Over time, the national KS2 poverty attainment gap correlates with the KS2 segregation index with a value of R = 0.75. This means that well over 50% of the variation in one is linked to variation in the other. As socio-economic segregation between schools has declined so has the attainment gap, in an erratic fashion (). This could be coincidence (but see below), or it could be the result of another factor. It is unlikely that a drop in the attainment is directly responsible for reducing segregation, but the reverse is more possible. If Pupil Premium funding did produce a drop in segregation this would mean that the most disadvantaged pupils were more evenly spread between schools. This could allow schools to focus help and interventions for some of the pupils more easily, such as those with the severest challenges or who could be seen as requiring more resource to reach any specified level of proficiency.

Figure 5. Scatterplot of segregation index and attainment gap, by year.

Figure 5. Scatterplot of segregation index and attainment gap, by year.

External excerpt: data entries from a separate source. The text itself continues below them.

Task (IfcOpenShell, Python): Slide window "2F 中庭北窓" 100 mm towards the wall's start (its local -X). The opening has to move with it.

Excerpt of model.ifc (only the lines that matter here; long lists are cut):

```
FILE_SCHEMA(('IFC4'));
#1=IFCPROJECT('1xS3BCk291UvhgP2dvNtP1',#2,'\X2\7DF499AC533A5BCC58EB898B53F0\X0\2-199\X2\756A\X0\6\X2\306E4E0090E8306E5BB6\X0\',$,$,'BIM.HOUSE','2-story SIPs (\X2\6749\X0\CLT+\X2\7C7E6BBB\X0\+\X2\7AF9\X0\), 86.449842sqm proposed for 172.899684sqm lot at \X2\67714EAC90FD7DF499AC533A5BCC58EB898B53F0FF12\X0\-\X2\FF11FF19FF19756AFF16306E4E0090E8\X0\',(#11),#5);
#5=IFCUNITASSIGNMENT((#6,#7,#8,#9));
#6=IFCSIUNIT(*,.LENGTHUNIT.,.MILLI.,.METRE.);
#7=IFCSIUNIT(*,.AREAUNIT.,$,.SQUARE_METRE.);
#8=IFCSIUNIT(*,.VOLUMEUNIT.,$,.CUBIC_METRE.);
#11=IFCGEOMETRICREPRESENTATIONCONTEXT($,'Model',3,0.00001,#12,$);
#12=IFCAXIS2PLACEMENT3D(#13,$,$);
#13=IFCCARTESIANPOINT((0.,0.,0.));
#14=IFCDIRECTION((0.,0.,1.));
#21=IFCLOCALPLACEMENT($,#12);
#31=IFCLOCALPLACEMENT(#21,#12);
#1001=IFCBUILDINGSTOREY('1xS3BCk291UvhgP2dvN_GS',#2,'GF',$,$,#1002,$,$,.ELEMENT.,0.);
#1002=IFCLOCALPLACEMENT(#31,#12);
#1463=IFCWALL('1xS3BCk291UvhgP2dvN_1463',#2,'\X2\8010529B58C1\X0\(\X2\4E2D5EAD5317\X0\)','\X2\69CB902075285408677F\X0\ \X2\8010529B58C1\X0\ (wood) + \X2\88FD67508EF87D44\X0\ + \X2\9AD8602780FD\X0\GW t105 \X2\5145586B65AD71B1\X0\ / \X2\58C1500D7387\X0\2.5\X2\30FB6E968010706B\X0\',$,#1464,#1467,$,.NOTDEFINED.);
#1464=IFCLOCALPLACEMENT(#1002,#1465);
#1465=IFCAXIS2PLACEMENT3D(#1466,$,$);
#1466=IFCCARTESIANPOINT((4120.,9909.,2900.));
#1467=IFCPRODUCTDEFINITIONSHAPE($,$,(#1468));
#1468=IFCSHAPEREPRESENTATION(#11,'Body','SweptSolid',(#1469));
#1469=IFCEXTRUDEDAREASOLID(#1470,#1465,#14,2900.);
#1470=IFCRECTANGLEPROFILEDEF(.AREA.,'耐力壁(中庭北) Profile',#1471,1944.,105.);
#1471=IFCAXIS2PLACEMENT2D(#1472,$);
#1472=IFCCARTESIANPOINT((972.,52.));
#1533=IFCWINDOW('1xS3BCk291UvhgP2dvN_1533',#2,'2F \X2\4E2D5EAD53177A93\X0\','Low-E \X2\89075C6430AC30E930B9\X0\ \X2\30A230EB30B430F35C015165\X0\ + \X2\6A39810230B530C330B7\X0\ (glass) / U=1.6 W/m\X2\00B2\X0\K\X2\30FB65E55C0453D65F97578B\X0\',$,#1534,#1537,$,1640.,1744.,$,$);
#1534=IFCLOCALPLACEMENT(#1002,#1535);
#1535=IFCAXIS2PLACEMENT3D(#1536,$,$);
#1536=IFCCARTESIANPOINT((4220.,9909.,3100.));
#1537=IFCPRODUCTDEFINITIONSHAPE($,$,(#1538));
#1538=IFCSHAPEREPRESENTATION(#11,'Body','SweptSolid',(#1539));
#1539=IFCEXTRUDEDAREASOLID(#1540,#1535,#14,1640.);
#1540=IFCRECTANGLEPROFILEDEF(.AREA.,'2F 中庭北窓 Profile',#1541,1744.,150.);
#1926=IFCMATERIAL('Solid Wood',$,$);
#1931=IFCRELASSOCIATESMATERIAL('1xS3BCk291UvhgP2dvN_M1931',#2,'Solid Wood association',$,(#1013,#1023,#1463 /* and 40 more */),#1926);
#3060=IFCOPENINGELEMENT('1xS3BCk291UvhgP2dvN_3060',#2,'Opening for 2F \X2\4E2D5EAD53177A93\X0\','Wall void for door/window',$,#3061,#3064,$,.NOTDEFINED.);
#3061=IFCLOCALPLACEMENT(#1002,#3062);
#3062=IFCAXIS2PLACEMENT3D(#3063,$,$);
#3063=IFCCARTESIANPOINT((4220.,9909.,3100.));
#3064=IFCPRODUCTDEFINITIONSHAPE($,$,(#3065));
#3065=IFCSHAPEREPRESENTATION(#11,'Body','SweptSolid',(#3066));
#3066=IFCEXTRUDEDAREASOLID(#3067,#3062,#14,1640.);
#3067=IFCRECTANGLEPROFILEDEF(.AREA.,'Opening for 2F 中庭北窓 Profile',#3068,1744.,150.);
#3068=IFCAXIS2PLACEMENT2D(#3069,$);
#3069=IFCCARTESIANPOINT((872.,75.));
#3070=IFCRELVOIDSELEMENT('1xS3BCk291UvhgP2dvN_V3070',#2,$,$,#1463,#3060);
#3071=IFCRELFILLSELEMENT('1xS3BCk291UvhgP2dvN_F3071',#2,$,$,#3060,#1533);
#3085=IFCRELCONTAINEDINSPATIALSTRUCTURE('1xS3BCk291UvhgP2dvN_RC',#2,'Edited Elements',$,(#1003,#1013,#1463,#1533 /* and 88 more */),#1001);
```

```python
import ifcopenshell
import ifcopenshell.api.geometry
import ifcopenshell.util.placement
import ifcopenshell.util.unit

model = ifcopenshell.open("model.ifc")
unit_scale = ifcopenshell.util.unit.calculate_unit_scale(model)

window = model.by_guid("1xS3BCk291UvhgP2dvN_1533")
opening = window.FillsVoids[0].RelatingOpeningElement
wall = opening.VoidsElements[0].RelatingBuildingElement

wall_matrix = ifcopenshell.util.placement.get_local_placement(wall.ObjectPlacement)
shift = wall_matrix[:3, 0] * -0.1 / unit_scale
before = ifcopenshell.util.placement.get_local_placement(window.ObjectPlacement)[:3, 3].copy()

# The window is not placed relative to its opening, so move both.
for product in (opening, window):
    matrix = ifcopenshell.util.placement.get_local_placement(product.ObjectPlacement)
    matrix[:3, 3] += shift
    ifcopenshell.api.geometry.edit_object_placement(model, product=product, matrix=matrix, is_si=False)

after = ifcopenshell.util.placement.get_local_placement(window.ObjectPlacement)[:3, 3]
print("window moved by", (after - before).round(3) + 0.0)

model.write("model_updated.ifc")
```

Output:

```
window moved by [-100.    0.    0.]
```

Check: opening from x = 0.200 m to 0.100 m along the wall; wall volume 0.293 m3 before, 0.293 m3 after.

Characterising the permanently disadvantaged pupils

SEN

As might be expected, permanently disadvantaged pupils appear in about the same proportions as the majority of pupils in terms of some of their other characteristics, such as their reported sex, and these proportions remain the same across the KS2 cohorts 2006 to 2014. However, permanently disadvantaged pupils are more often reported as having a special educational need or disability (SEN) than the majority (Gorard et al., Citation2021), and this disproportion has generally grown across cohorts (). This growth is perhaps driven largely by growth in the national proportion of young people identified as facing a learning challenge. Non-SEN but long-term economically disadvantaged pupils remain at about the same and smaller proportion. The changes in composition of the long-term disadvantaged group mean that the patterns for segregation and attainment gaps over time (as below) are not based on stable comparison in the same way as the national figures are.

Figure 6. Percentage of SEN pupils also FSM-eligible for 11 years, 2007 to 2014 KS2 cohorts.

Figure 6. Percentage of SEN pupils also FSM-eligible for 11 years, 2007 to 2014 KS2 cohorts.

The segregation gap between long-term disadvantaged SEN and non-SEN pupils is high, suggesting that these two groups attend rather different sets of schools. However, there is a long-term decline in the segregation gap (). This long-term decline could be linked to the increase in the prevalence of SEN reporting amongst the long-term disadvantaged pupils (above), perhaps especially in mainstream primary school settings in the years 2006 onwards. There is also a discernible drop after 2011, but overall its scale in unremarkable.

Figure 7. Segregation gap for SEN pupils who are permanently FSM-eligible or not.

Figure 7. Segregation gap for SEN pupils who are permanently FSM-eligible or not.

The attainment gap between long-term disadvantaged SEN and non-SEN pupils is also quite high, and again shows a decline that is not specifically associated with the Pupil Premium era (). Again, the trend is likely to be linked to the increase in SEN pupils who are also long-term poor.

Figure 8. KS2 attainment gap for SEN pupils who are permanently FSM-eligible or not.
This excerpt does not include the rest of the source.